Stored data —

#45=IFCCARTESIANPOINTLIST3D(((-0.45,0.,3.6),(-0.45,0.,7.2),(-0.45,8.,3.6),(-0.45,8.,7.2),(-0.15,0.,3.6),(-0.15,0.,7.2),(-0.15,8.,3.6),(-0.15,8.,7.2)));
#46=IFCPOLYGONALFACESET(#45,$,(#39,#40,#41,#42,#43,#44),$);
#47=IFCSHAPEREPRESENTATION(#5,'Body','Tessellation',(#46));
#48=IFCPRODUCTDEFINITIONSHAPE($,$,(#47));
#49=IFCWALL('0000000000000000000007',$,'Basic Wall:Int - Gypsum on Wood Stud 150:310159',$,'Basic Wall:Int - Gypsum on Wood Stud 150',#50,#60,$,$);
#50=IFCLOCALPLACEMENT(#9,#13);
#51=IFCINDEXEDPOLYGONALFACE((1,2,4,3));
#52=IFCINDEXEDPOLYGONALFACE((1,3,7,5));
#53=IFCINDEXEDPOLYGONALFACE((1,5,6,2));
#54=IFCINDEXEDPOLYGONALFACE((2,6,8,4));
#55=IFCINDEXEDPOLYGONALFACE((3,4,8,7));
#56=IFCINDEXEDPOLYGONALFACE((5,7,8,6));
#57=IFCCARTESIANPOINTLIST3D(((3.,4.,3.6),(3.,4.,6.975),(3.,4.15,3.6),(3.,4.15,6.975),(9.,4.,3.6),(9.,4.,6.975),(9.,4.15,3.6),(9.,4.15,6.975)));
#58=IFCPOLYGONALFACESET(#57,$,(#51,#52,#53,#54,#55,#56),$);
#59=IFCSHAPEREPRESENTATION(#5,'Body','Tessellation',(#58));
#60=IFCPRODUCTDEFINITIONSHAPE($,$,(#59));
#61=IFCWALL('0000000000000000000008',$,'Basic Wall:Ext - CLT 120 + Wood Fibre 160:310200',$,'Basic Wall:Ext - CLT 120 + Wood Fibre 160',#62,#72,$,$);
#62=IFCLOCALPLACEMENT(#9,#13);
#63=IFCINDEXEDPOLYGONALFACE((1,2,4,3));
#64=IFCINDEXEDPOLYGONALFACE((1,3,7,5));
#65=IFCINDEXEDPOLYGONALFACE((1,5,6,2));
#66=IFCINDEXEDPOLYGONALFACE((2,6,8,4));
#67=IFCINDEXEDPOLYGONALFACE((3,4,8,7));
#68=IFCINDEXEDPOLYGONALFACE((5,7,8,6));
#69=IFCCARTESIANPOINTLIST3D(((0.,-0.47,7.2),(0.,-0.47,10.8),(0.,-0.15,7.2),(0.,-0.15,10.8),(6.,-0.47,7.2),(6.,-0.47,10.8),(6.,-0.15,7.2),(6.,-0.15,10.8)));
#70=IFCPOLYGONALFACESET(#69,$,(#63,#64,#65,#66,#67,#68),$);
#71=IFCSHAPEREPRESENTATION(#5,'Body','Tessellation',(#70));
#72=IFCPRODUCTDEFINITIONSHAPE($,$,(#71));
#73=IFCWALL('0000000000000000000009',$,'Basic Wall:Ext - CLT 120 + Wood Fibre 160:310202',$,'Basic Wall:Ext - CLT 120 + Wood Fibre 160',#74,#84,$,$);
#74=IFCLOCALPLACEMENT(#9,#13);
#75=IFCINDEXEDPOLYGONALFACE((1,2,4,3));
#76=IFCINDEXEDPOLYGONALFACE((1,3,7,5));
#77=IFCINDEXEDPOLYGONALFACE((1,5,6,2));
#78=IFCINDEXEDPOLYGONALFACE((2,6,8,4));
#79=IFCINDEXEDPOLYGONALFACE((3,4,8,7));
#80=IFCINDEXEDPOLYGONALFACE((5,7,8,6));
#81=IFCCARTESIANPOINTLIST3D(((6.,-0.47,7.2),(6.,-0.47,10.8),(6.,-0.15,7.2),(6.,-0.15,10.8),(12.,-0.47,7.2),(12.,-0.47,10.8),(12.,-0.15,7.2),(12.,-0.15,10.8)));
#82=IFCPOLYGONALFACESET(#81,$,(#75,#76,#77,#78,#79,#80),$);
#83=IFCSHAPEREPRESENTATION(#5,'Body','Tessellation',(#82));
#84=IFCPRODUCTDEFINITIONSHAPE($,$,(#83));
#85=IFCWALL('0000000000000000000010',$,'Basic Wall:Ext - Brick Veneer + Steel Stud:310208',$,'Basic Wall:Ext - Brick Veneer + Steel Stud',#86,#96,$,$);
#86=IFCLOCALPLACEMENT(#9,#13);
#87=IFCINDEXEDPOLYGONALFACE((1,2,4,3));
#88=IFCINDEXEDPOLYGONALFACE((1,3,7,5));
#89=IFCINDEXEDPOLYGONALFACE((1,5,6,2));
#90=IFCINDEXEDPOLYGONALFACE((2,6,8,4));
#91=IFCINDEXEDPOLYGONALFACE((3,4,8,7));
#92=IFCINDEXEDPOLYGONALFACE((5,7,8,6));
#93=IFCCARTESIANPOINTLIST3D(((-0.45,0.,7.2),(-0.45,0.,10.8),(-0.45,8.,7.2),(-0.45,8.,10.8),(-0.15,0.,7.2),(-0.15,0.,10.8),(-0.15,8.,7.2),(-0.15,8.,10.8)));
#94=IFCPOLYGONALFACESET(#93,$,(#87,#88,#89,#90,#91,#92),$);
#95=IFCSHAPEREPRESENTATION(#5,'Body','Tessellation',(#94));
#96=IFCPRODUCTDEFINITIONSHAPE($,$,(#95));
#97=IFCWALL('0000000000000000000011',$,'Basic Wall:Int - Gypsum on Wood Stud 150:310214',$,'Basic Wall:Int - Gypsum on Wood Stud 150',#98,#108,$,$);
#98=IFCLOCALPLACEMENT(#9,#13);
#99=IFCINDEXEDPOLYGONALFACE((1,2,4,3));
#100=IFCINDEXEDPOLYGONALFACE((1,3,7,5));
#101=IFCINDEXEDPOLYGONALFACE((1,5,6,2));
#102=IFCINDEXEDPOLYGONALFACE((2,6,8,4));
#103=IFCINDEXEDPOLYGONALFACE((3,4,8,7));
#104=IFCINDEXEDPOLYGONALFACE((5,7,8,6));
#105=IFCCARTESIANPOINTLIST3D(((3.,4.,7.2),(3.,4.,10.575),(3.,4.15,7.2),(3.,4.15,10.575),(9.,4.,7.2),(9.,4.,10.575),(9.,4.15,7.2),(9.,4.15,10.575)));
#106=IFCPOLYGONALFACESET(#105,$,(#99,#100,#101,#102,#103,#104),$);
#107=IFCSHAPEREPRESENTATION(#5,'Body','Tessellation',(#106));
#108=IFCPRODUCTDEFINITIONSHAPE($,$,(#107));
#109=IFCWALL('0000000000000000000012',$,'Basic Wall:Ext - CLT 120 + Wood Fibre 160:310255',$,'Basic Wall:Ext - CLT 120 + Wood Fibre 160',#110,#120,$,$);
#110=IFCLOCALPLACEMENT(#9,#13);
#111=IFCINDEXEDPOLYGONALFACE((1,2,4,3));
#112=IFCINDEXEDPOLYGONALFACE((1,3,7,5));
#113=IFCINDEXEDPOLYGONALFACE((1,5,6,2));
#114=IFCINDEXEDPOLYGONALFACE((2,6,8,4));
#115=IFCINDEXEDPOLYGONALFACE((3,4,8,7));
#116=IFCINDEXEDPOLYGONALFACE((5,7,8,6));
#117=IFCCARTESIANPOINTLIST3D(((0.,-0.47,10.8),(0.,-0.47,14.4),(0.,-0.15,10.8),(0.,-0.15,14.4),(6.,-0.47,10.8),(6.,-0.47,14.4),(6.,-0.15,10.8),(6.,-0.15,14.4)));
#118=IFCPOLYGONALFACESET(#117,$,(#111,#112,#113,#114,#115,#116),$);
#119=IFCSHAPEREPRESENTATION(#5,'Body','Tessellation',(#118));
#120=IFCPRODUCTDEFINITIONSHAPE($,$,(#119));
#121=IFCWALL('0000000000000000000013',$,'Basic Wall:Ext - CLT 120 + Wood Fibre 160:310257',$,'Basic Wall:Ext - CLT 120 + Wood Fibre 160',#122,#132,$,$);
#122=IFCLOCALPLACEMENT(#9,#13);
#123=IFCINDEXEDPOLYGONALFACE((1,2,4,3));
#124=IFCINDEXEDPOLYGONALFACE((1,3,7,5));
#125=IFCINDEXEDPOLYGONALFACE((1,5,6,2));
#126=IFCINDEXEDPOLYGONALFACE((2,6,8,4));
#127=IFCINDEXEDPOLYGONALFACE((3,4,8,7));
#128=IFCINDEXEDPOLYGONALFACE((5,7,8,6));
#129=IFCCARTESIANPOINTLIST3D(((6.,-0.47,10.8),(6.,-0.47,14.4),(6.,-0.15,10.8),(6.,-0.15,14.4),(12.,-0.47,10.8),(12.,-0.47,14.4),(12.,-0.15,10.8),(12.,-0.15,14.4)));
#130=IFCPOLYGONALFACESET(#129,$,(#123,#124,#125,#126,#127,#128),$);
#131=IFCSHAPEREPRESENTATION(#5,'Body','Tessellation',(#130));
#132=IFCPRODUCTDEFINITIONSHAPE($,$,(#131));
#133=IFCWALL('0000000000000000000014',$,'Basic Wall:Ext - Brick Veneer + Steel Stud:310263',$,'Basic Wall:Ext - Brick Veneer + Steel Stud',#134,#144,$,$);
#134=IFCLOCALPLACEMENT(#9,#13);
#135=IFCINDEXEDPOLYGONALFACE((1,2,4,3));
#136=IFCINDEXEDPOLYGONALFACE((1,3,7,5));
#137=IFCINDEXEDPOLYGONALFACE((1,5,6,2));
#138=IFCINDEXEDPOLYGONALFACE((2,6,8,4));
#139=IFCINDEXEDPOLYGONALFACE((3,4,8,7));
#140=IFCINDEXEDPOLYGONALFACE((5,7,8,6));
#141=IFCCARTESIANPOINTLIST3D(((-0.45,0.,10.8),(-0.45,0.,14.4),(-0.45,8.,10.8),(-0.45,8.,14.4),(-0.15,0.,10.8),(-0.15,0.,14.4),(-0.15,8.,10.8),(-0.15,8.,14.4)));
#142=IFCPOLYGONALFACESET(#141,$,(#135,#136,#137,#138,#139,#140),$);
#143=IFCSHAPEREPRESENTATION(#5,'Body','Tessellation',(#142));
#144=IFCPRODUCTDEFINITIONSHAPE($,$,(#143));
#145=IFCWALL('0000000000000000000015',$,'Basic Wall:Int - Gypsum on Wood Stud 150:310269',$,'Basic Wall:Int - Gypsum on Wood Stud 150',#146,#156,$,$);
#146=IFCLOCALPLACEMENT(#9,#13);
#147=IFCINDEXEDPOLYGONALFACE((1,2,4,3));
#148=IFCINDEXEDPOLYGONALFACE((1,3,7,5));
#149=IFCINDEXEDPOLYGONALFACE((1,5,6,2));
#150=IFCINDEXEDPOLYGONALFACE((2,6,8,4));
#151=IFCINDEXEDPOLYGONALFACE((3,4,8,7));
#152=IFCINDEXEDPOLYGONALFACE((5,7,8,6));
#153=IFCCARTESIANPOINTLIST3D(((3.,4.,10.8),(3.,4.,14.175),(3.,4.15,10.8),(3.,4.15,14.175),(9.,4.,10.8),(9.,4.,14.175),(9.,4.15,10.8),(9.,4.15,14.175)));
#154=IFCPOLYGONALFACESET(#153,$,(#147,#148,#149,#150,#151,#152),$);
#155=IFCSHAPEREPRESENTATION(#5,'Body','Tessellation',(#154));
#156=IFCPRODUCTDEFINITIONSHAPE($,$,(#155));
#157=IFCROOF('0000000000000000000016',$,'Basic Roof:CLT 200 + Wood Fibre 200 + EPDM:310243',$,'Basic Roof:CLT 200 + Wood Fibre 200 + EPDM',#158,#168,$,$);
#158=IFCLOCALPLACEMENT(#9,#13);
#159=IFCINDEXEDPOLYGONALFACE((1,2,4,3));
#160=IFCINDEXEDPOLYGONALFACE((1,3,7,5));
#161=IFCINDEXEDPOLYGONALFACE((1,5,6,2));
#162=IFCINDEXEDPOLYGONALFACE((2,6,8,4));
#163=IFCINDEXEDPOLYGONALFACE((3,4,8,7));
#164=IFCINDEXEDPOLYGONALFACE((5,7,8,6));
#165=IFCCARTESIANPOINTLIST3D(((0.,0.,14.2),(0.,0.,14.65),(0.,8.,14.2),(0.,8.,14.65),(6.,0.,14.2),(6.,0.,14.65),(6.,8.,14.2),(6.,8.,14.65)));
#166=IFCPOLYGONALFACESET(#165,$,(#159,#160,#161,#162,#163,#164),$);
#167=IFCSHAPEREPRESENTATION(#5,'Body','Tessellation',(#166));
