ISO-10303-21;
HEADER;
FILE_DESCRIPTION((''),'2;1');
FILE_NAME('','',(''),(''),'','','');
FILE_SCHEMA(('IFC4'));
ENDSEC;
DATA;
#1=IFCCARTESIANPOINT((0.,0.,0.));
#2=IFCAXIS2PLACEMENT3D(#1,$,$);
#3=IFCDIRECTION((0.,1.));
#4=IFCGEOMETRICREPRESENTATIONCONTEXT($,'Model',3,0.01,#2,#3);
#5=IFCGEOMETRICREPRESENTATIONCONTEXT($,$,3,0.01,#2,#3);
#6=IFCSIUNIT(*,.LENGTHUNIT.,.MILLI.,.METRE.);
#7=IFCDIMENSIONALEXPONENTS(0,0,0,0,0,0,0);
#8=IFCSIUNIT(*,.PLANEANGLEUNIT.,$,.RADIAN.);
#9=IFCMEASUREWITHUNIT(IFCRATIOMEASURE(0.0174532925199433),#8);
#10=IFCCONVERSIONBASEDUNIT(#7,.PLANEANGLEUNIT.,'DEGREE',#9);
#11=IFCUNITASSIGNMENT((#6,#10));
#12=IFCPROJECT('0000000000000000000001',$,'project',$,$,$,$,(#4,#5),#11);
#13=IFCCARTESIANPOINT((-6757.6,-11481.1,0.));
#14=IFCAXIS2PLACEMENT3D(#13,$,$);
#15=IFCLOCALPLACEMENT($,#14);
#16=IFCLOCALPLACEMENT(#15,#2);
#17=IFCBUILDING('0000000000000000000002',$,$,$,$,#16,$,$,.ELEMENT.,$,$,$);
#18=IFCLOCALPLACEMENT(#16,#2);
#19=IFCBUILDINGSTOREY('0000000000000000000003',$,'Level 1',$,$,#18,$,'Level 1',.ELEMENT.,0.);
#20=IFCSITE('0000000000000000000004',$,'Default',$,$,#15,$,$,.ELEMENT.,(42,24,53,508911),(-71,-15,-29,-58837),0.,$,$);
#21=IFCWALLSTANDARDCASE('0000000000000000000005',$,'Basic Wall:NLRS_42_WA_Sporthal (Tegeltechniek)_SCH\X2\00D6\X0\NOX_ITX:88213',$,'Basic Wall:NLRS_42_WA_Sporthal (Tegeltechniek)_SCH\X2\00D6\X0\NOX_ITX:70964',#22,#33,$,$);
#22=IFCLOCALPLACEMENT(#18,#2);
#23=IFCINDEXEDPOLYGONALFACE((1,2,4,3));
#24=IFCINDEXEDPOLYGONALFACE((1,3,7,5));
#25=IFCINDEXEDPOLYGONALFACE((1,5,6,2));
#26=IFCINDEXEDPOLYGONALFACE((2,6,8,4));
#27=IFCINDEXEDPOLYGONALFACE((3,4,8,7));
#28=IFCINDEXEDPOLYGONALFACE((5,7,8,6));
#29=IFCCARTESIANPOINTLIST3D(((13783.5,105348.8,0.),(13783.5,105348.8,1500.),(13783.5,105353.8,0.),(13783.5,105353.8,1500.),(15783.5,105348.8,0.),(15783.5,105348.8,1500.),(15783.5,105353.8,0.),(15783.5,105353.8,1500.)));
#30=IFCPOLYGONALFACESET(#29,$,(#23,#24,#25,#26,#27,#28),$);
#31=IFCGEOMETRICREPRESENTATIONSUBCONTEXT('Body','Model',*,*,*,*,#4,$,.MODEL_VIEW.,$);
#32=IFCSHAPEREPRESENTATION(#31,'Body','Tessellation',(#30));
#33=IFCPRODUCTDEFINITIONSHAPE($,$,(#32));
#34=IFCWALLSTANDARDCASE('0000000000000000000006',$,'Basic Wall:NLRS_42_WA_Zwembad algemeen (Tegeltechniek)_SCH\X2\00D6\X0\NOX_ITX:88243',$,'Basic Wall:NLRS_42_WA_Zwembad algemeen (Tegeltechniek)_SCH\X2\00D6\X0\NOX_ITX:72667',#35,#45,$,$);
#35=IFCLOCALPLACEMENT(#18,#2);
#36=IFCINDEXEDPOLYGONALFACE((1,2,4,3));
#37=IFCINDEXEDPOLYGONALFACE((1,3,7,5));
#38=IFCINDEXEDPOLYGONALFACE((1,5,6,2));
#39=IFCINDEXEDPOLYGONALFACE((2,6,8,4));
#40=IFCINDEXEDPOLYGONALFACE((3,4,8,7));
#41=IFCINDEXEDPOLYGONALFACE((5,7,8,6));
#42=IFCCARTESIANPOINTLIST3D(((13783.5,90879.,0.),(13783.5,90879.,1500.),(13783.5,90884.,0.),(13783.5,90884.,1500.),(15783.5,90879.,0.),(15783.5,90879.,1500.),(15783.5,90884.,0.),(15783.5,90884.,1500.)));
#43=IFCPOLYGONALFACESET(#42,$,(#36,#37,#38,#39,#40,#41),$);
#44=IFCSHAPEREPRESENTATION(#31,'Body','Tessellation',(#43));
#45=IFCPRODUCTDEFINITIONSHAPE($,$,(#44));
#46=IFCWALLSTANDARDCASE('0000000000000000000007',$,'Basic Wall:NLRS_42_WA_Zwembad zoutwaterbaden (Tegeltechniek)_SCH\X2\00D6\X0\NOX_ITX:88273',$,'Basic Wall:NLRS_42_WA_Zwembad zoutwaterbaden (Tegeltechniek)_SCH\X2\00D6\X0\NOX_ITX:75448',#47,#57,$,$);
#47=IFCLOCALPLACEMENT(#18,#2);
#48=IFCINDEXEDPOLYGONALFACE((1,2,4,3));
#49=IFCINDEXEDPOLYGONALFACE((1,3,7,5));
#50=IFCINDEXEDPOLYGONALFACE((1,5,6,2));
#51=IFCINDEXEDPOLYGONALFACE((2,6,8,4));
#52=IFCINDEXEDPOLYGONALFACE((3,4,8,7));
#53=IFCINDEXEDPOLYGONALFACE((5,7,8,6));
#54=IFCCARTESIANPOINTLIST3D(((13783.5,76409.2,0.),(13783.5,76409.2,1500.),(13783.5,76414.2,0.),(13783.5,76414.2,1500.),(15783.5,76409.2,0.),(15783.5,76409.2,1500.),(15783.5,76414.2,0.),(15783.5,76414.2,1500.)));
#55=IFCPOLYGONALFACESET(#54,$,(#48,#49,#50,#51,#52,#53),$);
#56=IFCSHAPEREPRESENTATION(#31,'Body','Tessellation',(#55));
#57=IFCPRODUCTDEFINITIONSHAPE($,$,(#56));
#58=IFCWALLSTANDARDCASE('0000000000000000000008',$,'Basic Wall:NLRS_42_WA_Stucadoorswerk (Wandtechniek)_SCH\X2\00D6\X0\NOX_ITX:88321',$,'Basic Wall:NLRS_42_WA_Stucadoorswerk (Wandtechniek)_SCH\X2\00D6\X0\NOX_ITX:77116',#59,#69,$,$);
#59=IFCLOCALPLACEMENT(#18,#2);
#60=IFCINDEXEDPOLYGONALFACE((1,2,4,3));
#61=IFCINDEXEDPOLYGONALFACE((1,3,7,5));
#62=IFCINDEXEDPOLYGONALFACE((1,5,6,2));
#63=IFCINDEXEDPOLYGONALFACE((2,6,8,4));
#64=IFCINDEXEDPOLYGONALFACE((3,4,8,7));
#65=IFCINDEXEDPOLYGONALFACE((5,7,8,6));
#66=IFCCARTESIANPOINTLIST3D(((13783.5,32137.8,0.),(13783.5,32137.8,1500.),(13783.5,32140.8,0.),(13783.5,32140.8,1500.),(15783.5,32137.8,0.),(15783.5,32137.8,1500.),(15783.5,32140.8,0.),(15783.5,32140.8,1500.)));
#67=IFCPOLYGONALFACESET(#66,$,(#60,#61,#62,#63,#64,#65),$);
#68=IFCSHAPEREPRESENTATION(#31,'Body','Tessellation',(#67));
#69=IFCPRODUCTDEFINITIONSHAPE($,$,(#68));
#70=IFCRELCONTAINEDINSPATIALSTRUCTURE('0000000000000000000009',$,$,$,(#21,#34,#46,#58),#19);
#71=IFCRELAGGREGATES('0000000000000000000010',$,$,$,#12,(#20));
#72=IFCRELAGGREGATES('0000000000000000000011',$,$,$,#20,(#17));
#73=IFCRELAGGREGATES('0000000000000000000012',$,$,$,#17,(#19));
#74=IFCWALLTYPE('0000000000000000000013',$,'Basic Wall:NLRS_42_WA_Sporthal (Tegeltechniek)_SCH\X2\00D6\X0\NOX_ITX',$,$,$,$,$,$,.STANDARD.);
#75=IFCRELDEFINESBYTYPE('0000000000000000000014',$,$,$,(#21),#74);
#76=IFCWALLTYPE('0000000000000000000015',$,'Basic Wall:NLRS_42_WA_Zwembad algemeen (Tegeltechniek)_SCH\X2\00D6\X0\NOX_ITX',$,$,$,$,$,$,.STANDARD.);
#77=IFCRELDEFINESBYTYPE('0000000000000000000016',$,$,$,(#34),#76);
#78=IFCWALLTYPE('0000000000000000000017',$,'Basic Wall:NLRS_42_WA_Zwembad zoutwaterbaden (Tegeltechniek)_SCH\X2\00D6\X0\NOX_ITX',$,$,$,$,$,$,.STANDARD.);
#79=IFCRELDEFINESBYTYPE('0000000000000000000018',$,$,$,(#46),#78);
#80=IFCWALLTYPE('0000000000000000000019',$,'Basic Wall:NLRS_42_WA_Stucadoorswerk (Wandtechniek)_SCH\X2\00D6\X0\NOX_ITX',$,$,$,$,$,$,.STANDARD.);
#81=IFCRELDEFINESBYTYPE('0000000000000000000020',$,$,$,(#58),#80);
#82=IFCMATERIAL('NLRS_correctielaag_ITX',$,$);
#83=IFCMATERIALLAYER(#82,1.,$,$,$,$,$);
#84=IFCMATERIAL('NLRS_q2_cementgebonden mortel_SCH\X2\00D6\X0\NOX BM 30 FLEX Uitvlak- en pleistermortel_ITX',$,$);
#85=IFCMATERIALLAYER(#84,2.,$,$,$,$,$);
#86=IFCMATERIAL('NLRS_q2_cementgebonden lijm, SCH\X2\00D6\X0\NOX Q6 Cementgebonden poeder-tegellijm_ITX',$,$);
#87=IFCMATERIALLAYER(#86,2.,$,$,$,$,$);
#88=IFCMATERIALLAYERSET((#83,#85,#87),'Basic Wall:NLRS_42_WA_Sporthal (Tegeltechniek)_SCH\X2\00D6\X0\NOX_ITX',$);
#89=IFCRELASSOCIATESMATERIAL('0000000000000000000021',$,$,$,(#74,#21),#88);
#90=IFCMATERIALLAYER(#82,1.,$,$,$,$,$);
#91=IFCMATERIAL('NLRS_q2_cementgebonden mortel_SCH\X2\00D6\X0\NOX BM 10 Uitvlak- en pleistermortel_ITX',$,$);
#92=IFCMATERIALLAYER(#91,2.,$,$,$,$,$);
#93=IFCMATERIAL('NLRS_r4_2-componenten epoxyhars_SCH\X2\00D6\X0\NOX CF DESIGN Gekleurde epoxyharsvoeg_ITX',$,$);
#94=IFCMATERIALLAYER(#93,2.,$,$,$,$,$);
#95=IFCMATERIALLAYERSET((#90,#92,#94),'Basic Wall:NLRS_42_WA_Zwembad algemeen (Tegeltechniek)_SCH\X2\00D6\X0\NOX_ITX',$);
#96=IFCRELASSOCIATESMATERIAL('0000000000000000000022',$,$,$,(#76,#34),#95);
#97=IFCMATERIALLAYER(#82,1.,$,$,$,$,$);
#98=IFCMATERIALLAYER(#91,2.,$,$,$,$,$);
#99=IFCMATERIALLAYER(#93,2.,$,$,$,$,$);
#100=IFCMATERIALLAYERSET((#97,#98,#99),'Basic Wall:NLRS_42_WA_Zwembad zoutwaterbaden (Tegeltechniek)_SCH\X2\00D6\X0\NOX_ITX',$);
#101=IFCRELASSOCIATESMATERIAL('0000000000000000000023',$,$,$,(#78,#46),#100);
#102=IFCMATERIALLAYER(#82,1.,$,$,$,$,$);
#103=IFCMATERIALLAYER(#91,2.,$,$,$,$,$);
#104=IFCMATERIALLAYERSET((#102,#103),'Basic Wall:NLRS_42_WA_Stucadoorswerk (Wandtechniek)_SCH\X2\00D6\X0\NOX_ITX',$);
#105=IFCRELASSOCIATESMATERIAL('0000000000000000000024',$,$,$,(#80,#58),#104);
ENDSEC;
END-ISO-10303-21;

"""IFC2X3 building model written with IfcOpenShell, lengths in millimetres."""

from ifc_helpers import new_model, entity, si_unit, converted_unit, direction, frame, frame_2d, origin, place, context, subcontext, project, spatial, rectangle, extrude, material, layer, layer_set, layer_usage, type_object, element, save


model = new_model("IFC2X3")

# Units and contexts
model_context = context("Model", 3, precision=0.01, world=origin(), true_north=direction((0.0, 1.0)))
context_of_model = context(None, 3, precision=0.01, world=origin(), true_north=direction((0.0, 1.0)))
body_context = subcontext(model_context, "Body", "Model", "MODEL_VIEW")
ifc_project = project(units=[si_unit("LENGTHUNIT", "METRE", prefix="MILLI"), converted_unit("PLANEANGLEUNIT", "DEGREE", entity("IfcRatioMeasure", 0.0174532925199433), si_unit("PLANEANGLEUNIT", "RADIAN"), dimensions=[0, 0, 0, 0, 0, 0, 0])], contexts=[model_context, context_of_model])

# Site, building, storey
site_placement = place(None, frame((-6757.6, -11481.1, 0.0)))
site = spatial("IfcSite", under=ifc_project, at=site_placement, Name="Default", CompositionType="ELEMENT", RefLatitude=(42, 24, 53, 508911), RefLongitude=(-71, -15, -29, -58837), RefElevation=0.0)
building_placement = place(site_placement, origin())
building = spatial("IfcBuilding", under=site, at=building_placement, CompositionType="ELEMENT")
storey_placement = place(building_placement, origin())
storey = spatial("IfcBuildingStorey", under=building, at=storey_placement, Name="Level 1", LongName="Level 1", CompositionType="ELEMENT", Elevation=0.0)

# Shared definitions
ifc_material_1 = material(Name="NLRS_q2_cementgebonden lijm, SCHÖNOX Q6 Cementgebonden poeder-tegellijm_ITX")
ifc_material_2 = material(Name="NLRS_q2_cementgebonden mortel_SCHÖNOX BM 30 FLEX Uitvlak- en pleistermortel_ITX")
ifc_material_3 = material(Name="NLRS_r4_2-componenten epoxyhars_SCHÖNOX CF DESIGN Gekleurde epoxyharsvoeg_ITX")

# Walls
ifc_material_4 = material(Name="NLRS_correctielaag_ITX")
ifc_layer_1 = layer(ifc_material_4, 1.0)
ifc_layer_2 = layer(ifc_material_2, 2.0)
ifc_layer_3 = layer(ifc_material_1, 2.0)
ifc_layer_set_1 = layer_set([ifc_layer_1, ifc_layer_2, ifc_layer_3], Name="Basic Wall:NLRS_42_WA_Sporthal (Tegeltechniek)_SCHÖNOX_ITX")
ifc_layer_usage_1 = layer_usage(ifc_layer_set_1, "AXIS2", "POSITIVE", -2.5)
wall_type_1 = type_object("IfcWallType", Name="Basic Wall:NLRS_42_WA_Sporthal (Tegeltechniek)_SCHÖNOX_ITX", PredefinedType="STANDARD", material=ifc_layer_set_1)
wall_1_placement = place(storey_placement, frame((13783.5, 105351.3, 0.0)))
element("IfcWallStandardCase", 1, at=wall_1_placement, inside=storey, type_object=wall_type_1, material=ifc_layer_usage_1, Name="Basic Wall:NLRS_42_WA_Sporthal (Tegeltechniek)_SCHÖNOX_ITX:88213", ObjectType="Basic Wall:NLRS_42_WA_Sporthal (Tegeltechniek)_SCHÖNOX_ITX:70964", context=body_context, shape_type="SweptSolid", body=[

WORK INSTRUCTIONS —
Across the data, find each line that has "IFCRELASSOCIATESMATERIAL" in it and copy that line.

SOLUTION TO THIS TASK —
#89=IFCRELASSOCIATESMATERIAL('0000000000000000000021',$,$,$,(#74,#21),#88);
#96=IFCRELASSOCIATESMATERIAL('0000000000000000000022',$,$,$,(#76,#34),#95);
#101=IFCRELASSOCIATESMATERIAL('0000000000000000000023',$,$,$,(#78,#46),#100);
#105=IFCRELASSOCIATESMATERIAL('0000000000000000000024',$,$,$,(#80,#58),#104);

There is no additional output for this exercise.